| TASK GOAL |
Nothing but the lines below between the line holding "global model, _history" and the line holding "entity with a", inclusive, should appear in the answer, each set down exactly.

| RECORDS SHOWN |
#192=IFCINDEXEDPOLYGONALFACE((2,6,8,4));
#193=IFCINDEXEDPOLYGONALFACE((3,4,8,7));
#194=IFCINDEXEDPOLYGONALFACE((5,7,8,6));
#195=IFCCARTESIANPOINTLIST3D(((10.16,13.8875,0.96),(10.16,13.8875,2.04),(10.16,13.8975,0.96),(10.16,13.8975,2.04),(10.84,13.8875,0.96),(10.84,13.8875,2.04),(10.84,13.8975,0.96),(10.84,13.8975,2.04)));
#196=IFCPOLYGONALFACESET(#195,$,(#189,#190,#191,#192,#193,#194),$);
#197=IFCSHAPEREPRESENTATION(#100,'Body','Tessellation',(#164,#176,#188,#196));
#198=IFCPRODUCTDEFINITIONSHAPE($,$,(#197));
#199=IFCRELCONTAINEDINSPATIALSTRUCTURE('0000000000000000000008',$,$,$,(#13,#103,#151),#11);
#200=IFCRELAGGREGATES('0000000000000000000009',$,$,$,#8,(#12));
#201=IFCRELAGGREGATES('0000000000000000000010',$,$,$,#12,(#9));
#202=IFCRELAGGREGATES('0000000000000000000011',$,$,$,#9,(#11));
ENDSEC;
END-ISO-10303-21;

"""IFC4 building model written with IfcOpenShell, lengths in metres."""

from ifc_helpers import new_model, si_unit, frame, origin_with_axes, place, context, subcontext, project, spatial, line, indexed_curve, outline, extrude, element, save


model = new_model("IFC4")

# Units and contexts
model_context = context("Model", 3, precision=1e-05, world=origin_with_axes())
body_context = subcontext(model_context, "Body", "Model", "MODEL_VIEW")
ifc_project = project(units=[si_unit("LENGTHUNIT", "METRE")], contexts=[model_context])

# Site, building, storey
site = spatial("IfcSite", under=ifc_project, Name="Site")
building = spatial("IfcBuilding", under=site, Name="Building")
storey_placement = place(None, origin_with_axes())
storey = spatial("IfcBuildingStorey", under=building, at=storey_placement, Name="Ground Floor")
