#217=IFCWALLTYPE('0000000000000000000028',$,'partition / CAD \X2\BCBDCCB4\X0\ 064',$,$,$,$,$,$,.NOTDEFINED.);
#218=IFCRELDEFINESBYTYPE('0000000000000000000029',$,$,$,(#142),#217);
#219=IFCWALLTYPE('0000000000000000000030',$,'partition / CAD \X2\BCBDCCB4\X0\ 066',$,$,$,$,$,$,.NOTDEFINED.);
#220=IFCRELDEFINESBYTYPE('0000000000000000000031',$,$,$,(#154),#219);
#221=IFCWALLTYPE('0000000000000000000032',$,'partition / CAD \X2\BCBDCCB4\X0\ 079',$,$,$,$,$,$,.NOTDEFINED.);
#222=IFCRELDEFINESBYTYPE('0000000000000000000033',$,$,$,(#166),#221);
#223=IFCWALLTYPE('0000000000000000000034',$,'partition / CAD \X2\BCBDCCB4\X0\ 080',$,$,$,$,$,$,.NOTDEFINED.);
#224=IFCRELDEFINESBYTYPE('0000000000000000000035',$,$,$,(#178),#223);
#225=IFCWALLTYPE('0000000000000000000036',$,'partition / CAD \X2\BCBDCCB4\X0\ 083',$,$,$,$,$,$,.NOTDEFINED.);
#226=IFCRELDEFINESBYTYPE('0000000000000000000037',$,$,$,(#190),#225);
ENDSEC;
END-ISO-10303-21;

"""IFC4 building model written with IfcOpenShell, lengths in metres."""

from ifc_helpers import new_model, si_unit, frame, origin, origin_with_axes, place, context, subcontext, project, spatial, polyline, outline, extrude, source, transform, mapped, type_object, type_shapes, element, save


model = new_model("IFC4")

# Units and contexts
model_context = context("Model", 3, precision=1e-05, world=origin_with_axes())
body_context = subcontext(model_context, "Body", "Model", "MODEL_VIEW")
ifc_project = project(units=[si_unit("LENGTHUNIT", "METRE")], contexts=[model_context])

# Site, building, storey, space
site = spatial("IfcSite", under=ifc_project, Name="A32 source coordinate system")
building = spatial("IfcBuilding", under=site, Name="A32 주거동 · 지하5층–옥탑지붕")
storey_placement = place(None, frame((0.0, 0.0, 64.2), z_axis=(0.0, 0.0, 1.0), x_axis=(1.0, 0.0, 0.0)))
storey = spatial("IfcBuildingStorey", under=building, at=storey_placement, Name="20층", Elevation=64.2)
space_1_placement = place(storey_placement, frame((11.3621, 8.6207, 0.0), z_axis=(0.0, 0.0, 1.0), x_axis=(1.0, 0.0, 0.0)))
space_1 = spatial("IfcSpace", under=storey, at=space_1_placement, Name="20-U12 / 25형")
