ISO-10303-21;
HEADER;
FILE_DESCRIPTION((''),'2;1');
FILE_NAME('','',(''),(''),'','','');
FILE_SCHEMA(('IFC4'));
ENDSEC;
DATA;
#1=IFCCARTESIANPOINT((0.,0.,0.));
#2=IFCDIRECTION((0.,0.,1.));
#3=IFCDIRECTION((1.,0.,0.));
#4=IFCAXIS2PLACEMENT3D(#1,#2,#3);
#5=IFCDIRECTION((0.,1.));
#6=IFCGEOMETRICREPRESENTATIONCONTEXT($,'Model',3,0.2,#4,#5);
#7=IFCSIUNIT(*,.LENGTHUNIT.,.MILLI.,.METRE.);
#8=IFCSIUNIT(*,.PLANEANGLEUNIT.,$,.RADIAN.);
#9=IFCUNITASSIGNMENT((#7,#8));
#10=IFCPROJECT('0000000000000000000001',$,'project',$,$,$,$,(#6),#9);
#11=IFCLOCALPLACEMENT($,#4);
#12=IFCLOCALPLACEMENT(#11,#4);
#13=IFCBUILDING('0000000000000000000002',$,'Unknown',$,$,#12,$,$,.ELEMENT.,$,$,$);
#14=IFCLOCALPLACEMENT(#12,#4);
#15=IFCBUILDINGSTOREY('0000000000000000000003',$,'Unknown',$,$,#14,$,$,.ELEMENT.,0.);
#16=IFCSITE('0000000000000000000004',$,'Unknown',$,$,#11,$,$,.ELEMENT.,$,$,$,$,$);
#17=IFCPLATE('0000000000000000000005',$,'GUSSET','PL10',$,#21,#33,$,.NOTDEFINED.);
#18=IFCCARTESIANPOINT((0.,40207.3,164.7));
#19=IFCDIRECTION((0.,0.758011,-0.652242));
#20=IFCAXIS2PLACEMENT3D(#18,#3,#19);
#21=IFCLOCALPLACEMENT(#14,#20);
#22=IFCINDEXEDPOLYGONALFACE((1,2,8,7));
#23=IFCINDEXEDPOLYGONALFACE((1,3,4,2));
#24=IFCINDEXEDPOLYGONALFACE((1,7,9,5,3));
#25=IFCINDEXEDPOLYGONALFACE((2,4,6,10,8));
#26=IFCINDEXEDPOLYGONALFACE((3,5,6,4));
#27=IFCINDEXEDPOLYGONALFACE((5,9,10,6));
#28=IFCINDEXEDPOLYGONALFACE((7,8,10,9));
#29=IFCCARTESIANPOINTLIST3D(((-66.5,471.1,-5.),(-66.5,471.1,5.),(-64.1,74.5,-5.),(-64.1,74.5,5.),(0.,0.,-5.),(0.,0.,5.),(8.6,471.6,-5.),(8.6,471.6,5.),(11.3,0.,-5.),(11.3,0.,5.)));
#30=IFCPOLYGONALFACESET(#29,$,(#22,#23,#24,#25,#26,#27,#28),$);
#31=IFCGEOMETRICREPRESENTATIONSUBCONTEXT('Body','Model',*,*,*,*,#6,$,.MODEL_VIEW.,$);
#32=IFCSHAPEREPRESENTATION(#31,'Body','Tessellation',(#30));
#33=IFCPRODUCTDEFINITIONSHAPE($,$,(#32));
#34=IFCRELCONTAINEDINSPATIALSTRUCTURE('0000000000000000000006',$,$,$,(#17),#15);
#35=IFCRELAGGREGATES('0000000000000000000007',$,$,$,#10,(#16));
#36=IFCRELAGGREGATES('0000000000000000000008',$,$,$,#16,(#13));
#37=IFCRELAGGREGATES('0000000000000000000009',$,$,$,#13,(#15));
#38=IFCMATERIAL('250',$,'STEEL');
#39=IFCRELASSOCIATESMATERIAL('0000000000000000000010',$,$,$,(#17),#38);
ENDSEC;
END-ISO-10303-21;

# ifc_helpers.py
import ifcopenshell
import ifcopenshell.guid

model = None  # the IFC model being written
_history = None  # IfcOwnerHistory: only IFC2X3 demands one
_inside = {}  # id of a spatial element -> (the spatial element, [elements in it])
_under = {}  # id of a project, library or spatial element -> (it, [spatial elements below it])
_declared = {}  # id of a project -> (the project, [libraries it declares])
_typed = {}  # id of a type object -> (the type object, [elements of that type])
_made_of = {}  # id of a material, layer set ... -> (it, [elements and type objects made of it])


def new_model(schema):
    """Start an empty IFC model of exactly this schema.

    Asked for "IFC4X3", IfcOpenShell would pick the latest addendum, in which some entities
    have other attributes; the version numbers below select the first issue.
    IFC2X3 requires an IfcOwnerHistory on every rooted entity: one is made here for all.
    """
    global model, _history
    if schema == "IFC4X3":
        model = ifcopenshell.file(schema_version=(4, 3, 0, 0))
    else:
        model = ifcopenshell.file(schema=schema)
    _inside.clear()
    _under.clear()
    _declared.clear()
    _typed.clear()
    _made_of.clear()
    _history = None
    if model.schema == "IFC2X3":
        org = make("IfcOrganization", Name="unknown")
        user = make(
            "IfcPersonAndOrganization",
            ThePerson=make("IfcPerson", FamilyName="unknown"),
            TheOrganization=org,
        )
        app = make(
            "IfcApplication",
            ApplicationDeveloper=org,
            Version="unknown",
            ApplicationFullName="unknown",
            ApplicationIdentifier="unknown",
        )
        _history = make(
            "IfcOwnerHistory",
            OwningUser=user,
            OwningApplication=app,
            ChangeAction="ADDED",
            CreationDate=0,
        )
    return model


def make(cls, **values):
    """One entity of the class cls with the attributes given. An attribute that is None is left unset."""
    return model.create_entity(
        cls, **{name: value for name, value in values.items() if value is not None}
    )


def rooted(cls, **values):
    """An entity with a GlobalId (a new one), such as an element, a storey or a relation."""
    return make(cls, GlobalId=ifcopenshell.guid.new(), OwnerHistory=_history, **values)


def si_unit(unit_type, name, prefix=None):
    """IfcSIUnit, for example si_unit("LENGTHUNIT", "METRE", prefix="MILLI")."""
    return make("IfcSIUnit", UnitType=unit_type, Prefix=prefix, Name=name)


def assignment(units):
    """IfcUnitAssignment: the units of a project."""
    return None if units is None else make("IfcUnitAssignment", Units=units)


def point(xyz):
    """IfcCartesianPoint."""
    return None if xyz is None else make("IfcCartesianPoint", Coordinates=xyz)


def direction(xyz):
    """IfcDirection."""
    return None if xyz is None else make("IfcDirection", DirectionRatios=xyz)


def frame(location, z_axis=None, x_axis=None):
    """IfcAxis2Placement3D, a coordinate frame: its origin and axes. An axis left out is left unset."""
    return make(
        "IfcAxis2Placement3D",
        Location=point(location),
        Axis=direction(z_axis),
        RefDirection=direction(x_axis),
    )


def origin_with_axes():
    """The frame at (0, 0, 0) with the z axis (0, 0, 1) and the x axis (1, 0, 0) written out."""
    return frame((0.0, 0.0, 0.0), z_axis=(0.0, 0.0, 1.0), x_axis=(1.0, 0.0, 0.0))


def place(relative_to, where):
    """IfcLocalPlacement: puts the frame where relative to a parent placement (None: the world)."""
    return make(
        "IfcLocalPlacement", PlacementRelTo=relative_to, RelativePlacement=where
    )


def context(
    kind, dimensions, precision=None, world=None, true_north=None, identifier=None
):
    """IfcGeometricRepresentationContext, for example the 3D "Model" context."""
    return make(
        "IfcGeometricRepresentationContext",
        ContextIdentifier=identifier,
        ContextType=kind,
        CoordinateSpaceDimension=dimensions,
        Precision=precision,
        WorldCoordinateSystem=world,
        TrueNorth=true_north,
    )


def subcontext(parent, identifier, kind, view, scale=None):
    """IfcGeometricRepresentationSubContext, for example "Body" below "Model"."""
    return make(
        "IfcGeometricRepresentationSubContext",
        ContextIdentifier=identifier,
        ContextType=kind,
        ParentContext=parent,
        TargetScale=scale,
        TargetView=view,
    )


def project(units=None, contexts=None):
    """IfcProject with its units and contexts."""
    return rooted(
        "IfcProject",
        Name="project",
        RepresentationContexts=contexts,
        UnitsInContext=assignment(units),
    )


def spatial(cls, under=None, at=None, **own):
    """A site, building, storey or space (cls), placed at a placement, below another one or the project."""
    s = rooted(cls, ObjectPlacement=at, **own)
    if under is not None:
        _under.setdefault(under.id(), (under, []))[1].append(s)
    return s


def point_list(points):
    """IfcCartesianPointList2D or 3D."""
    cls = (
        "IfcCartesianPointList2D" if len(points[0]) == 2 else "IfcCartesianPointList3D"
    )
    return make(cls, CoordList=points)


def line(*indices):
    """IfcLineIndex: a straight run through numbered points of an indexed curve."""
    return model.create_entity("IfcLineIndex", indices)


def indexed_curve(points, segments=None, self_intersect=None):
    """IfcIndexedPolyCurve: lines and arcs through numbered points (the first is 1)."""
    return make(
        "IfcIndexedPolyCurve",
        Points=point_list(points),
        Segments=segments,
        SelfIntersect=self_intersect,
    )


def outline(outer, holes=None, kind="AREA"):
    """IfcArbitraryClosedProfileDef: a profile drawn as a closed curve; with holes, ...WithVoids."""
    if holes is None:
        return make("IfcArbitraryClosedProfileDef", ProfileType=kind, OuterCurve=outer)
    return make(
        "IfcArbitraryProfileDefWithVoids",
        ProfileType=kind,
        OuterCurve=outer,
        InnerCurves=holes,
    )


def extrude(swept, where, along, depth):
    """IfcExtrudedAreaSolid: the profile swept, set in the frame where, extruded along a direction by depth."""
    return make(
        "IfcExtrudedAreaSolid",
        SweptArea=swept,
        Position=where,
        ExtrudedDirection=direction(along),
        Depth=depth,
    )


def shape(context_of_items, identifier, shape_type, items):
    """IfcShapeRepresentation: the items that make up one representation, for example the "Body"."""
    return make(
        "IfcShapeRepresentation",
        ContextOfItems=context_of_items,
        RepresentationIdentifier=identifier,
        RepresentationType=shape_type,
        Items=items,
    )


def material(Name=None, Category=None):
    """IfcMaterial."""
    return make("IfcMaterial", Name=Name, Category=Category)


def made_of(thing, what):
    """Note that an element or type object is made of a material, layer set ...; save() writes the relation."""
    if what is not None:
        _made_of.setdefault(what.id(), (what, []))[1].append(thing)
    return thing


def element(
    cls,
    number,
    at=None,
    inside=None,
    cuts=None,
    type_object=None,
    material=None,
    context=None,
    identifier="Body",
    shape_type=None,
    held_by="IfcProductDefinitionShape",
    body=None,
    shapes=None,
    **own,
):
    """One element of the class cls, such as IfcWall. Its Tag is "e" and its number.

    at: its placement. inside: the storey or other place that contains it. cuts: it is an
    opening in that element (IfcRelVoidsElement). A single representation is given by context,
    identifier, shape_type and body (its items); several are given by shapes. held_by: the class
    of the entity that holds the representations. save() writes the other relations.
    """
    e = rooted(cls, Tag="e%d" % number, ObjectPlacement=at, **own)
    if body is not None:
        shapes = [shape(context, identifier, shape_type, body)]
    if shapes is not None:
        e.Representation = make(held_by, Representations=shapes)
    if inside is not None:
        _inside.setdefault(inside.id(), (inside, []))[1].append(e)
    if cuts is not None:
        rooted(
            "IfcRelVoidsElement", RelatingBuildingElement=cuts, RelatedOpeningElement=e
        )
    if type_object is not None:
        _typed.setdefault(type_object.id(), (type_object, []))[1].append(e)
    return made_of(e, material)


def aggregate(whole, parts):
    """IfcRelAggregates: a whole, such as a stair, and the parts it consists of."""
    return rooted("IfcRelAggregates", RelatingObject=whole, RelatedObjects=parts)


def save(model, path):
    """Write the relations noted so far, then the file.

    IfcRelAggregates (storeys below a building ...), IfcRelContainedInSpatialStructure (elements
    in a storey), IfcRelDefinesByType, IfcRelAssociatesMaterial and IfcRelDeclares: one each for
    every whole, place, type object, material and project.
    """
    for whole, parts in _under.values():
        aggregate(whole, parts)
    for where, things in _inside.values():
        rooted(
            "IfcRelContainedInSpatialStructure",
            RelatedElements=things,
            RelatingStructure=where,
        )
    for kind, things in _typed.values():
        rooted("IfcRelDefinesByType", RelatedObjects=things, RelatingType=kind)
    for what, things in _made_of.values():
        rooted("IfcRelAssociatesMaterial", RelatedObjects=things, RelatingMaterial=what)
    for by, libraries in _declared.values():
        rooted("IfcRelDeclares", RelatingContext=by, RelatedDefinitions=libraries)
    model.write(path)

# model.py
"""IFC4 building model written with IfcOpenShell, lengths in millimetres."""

from ifc_helpers import new_model, si_unit, direction, frame, origin_with_axes, place, context, subcontext, project, spatial, line, indexed_curve, outline, extrude, material, element, save


model = new_model("IFC4")

# Units and contexts
model_context = context("Model", 3, precision=0.2, world=origin_with_axes(), true_north=direction((0.0, 1.0)))
body_context = subcontext(model_context, "Body", "Model", "MODEL_VIEW")
ifc_project = project(units=[si_unit("LENGTHUNIT", "METRE", prefix="MILLI"), si_unit("PLANEANGLEUNIT", "RADIAN")], contexts=[model_context])

# Site, building, storey
site_placement = place(None, origin_with_axes())
site = spatial("IfcSite", under=ifc_project, at=site_placement, Name="Unknown", CompositionType="ELEMENT")
building_placement = place(site_placement, origin_with_axes())
building = spatial("IfcBuilding", under=site, at=building_placement, Name="Unknown", CompositionType="ELEMENT")
storey_placement = place(building_placement, origin_with_axes())
storey = spatial("IfcBuildingStorey", under=building, at=storey_placement, Name="Unknown", CompositionType="ELEMENT", Elevation=0.0)

# Plate
ifc_material_1 = material(Name="250", Category="STEEL")
plate_1_placement = place(storey_placement, frame((0.0, 40207.3, 164.7), z_axis=(1.0, 0.0, 0.0), x_axis=(0.0, 0.758011, -0.652242)))
element("IfcPlate", 1, at=plate_1_placement, inside=storey, material=ifc_material_1, Name="GUSSET", Description="PL10", PredefinedType="NOTDEFINED", context=body_context, shape_type="SolidModel", body=[
    extrude(outline(indexed_curve([(0.0, 0.0), (11.3, 0.0), (8.6, 471.6), (-66.5, 471.1), (-64.1, 74.5)], segments=[line(1, 2, 3, 4, 5, 1)])), frame((0.0, 0.0, 5.0), z_axis=(0.0, 0.0, 1.0), x_axis=(1.0, 0.0, 0.0)), (0.0, 0.0, -1.0), 10.0),
])

save(model, "model.ifc")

| EXPECTED ANSWER |
    global model, _history
    if schema == "IFC4X3":
        model = ifcopenshell.file(schema_version=(4, 3, 0, 0))
    else:
        model = ifcopenshell.file(schema=schema)
    _inside.clear()
    _under.clear()
    _declared.clear()
    _typed.clear()
    _made_of.clear()
    _history = None
    if model.schema == "IFC2X3":
        org = make("IfcOrganization", Name="unknown")
        user = make(
            "IfcPersonAndOrganization",
            ThePerson=make("IfcPerson", FamilyName="unknown"),
            TheOrganization=org,
        )
        app = make(
            "IfcApplication",
            ApplicationDeveloper=org,
            Version="unknown",
            ApplicationFullName="unknown",
            ApplicationIdentifier="unknown",
        )
        _history = make(
            "IfcOwnerHistory",
            OwningUser=user,
            OwningApplication=app,
            ChangeAction="ADDED",
            CreationDate=0,
        )
    return model


def make(cls, **values):
    """One entity of the class cls with the attributes given. An attribute that is None is left unset."""
    return model.create_entity(
        cls, **{name: value for name, value in values.items() if value is not None}
    )


def rooted(cls, **values):
    """An entity with a GlobalId (a new one), such as an element, a storey or a relation."""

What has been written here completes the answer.